• _TASK INSTRUCTIONS_: Please return every line from the entries that has the string "wood" in it.

━━━━━ PROVIDED RECORDS

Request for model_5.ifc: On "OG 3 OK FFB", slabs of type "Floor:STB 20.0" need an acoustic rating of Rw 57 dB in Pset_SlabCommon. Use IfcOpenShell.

First a look at what the model holds.

```python
import ifcopenshell
import ifcopenshell.util.element

model = ifcopenshell.open("model_5.ifc")
print(model.schema)
storey = next(s for s in model.by_type("IfcBuildingStorey") if s.Name == "OG 3 OK FFB")
slabs = [e for e in ifcopenshell.util.element.get_decomposition(storey) if e.is_a("IfcSlab")]
seen = {}
for e in slabs:
    element_type = ifcopenshell.util.element.get_type(e)
    key = (element_type.Name if element_type != e and element_type else None, ifcopenshell.util.element.get_pset(e, "Pset_SlabCommon", "AcousticRating"))
    seen[key] = seen.get(key, 0) + 1
for (name, value), count in sorted(seen.items(), key=str):
    print(count, "x", name, "|", value)
```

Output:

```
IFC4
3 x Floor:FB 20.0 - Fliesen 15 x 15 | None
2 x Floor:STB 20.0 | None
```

```python
import ifcopenshell
import ifcopenshell.api.pset
import ifcopenshell.util.element

model = ifcopenshell.open("model_5.ifc")

storey = next(s for s in model.by_type("IfcBuildingStorey") if s.Name == "OG 3 OK FFB")
slabs = [e for e in ifcopenshell.util.element.get_decomposition(storey) if e.is_a("IfcSlab")]

count = 0
for e in slabs:
    element_type = ifcopenshell.util.element.get_type(e)
    if element_type in (None, e) or element_type.Name != "Floor:STB 20.0":
        continue
    # add_pset returns the element's existing set when there is one.
    pset = ifcopenshell.api.pset.add_pset(model, product=e, name="Pset_SlabCommon")
    ifcopenshell.api.pset.edit_pset(model, pset=pset, properties={"AcousticRating": "Rw 57 dB"})
    count += 1

print(count, "slabs updated")

model.write("model_5_updated.ifc")
```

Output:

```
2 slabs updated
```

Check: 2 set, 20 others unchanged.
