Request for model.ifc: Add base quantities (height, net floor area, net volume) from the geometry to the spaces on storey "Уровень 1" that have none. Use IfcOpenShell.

First a look at what the model holds.

```python
import ifcopenshell
import ifcopenshell.util.element
import ifcopenshell.util.unit

model = ifcopenshell.open("model.ifc")
print(model.schema)
for unit_type in ("LENGTHUNIT", "AREAUNIT", "VOLUMEUNIT"):
    print(unit_type, ifcopenshell.util.unit.calculate_unit_scale(model, unit_type))
storey = next(s for s in model.by_type("IfcBuildingStorey") if s.Name == "Уровень 1")
spaces = [e for e in ifcopenshell.util.element.get_decomposition(storey) if e.is_a("IfcSpace")]
for e in sorted(spaces, key=lambda e: e.id()):
    print(e.id(), e.is_a(), e.Name, list(ifcopenshell.util.element.get_psets(e, qtos_only=True)), sep=" | ")
```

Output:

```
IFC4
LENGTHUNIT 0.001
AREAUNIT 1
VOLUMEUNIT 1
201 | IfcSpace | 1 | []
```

```python
import ifcopenshell
import ifcopenshell.api.pset
import ifcopenshell.geom
import ifcopenshell.util.element
import ifcopenshell.util.shape
import ifcopenshell.util.unit

model = ifcopenshell.open("model.ifc")
unit_scale = ifcopenshell.util.unit.calculate_unit_scale(model)
area_scale = ifcopenshell.util.unit.calculate_unit_scale(model, "AREAUNIT")
volume_scale = ifcopenshell.util.unit.calculate_unit_scale(model, "VOLUMEUNIT")
settings = ifcopenshell.geom.settings()

storey = next(s for s in model.by_type("IfcBuildingStorey") if s.Name == "Уровень 1")
spaces = [e for e in ifcopenshell.util.element.get_decomposition(storey) if e.is_a("IfcSpace")]

for e in sorted(spaces, key=lambda e: e.id()):
    if ifcopenshell.util.element.get_psets(e, qtos_only=True, should_inherit=False):
        continue
    # Geometry comes back in metres, in the element's own axes.
    shape = ifcopenshell.geom.create_shape(settings, e)
    values = {
        "Height": ifcopenshell.util.shape.get_z(shape.geometry) / unit_scale,
        "NetFloorArea": ifcopenshell.util.shape.get_footprint_area(shape.geometry) / area_scale,
        "NetVolume": ifcopenshell.util.shape.get_volume(shape.geometry) / volume_scale,
    }
    qto = ifcopenshell.api.pset.add_qto(model, product=e, name="Qto_SpaceBaseQuantities")
    ifcopenshell.api.pset.edit_qto(model, qto=qto, properties=values)
    print(e.id(), {k: round(v, 3) for k, v in values.items()})

model.write("model_v2.ifc")
```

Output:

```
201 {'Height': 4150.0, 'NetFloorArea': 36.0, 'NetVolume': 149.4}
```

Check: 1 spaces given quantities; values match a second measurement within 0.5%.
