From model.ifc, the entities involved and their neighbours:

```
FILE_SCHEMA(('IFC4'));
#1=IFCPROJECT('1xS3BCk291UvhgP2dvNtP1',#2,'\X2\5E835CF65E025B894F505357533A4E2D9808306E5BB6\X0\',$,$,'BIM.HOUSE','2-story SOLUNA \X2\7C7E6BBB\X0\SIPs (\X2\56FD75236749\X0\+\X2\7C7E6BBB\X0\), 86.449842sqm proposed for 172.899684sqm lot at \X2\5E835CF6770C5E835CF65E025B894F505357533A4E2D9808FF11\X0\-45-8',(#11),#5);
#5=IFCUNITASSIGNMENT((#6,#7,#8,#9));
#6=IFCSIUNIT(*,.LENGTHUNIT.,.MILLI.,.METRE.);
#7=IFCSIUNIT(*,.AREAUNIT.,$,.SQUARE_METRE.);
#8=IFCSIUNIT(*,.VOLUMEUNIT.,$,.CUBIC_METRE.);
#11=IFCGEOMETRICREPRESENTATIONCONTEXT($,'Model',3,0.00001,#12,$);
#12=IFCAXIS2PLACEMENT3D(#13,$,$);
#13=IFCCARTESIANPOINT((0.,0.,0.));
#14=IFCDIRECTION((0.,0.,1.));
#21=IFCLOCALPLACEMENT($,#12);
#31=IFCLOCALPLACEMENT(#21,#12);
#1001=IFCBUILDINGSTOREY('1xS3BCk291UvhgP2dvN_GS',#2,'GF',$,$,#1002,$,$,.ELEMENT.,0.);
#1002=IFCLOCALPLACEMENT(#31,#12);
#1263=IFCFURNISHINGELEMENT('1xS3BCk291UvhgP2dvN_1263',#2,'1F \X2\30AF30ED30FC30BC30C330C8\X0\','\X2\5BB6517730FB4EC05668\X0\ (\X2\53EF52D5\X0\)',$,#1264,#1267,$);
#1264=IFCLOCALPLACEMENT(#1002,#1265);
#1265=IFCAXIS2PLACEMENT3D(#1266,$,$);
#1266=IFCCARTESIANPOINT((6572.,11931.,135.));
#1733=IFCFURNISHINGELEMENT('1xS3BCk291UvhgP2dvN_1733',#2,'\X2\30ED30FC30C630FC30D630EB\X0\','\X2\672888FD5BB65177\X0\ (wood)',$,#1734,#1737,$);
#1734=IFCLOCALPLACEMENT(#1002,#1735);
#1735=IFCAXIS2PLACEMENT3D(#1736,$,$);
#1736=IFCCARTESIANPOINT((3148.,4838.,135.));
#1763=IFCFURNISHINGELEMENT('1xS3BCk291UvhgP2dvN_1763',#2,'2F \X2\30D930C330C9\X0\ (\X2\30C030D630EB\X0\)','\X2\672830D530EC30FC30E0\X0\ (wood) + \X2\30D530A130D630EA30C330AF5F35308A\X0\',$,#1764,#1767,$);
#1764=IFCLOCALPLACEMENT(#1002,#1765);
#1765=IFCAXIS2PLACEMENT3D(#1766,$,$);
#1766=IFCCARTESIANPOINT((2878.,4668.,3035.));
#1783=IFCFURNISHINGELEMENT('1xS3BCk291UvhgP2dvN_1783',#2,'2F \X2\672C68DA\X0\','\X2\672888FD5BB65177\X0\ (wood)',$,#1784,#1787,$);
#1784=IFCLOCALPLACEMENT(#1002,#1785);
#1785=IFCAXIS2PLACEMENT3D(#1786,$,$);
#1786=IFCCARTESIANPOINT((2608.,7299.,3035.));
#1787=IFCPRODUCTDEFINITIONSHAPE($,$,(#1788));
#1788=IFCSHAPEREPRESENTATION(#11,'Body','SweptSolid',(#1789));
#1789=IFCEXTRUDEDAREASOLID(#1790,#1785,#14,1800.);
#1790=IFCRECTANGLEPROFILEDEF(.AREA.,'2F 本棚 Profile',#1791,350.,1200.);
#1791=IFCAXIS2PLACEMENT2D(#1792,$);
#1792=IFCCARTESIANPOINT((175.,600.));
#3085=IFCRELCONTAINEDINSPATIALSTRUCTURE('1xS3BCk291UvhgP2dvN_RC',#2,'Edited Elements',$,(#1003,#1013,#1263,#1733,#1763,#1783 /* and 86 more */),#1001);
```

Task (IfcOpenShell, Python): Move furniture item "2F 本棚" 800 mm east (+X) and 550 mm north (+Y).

```python
import ifcopenshell
import ifcopenshell.api.geometry
import ifcopenshell.util.placement

model = ifcopenshell.open("model.ifc")

item = model.by_guid("1xS3BCk291UvhgP2dvN_1783")
matrix = ifcopenshell.util.placement.get_local_placement(item.ObjectPlacement)
matrix[0, 3] += 800.0
matrix[1, 3] += 550.0
ifcopenshell.api.geometry.edit_object_placement(model, product=item, matrix=matrix, is_si=False)

print(ifcopenshell.util.placement.get_local_placement(item.ObjectPlacement).round(3) + 0.0)

model.write("model_edited.ifc")
```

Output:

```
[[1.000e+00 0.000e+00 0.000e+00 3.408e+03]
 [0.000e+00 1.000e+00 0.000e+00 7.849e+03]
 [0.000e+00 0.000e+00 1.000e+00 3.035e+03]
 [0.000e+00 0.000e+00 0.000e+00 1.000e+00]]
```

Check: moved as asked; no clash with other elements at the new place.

━━━━━━━━━━

• _ANSWER TO THE PROBLEM_:
#1733=IFCFURNISHINGELEMENT('1xS3BCk291UvhgP2dvN_1733',#2,'\X2\30ED30FC30C630FC30D630EB\X0\','\X2\672888FD5BB65177\X0\ (wood)',$,#1734,#1737,$);
#1763=IFCFURNISHINGELEMENT('1xS3BCk291UvhgP2dvN_1763',#2,'2F \X2\30D930C330C9\X0\ (\X2\30C030D630EB\X0\)','\X2\672830D530EC30FC30E0\X0\ (wood) + \X2\30D530A130D630EA30C330AF5F35308A\X0\',$,#1764,#1767,$);
#1783=IFCFURNISHINGELEMENT('1xS3BCk291UvhgP2dvN_1783',#2,'2F \X2\672C68DA\X0\','\X2\672888FD5BB65177\X0\ (wood)',$,#1784,#1787,$);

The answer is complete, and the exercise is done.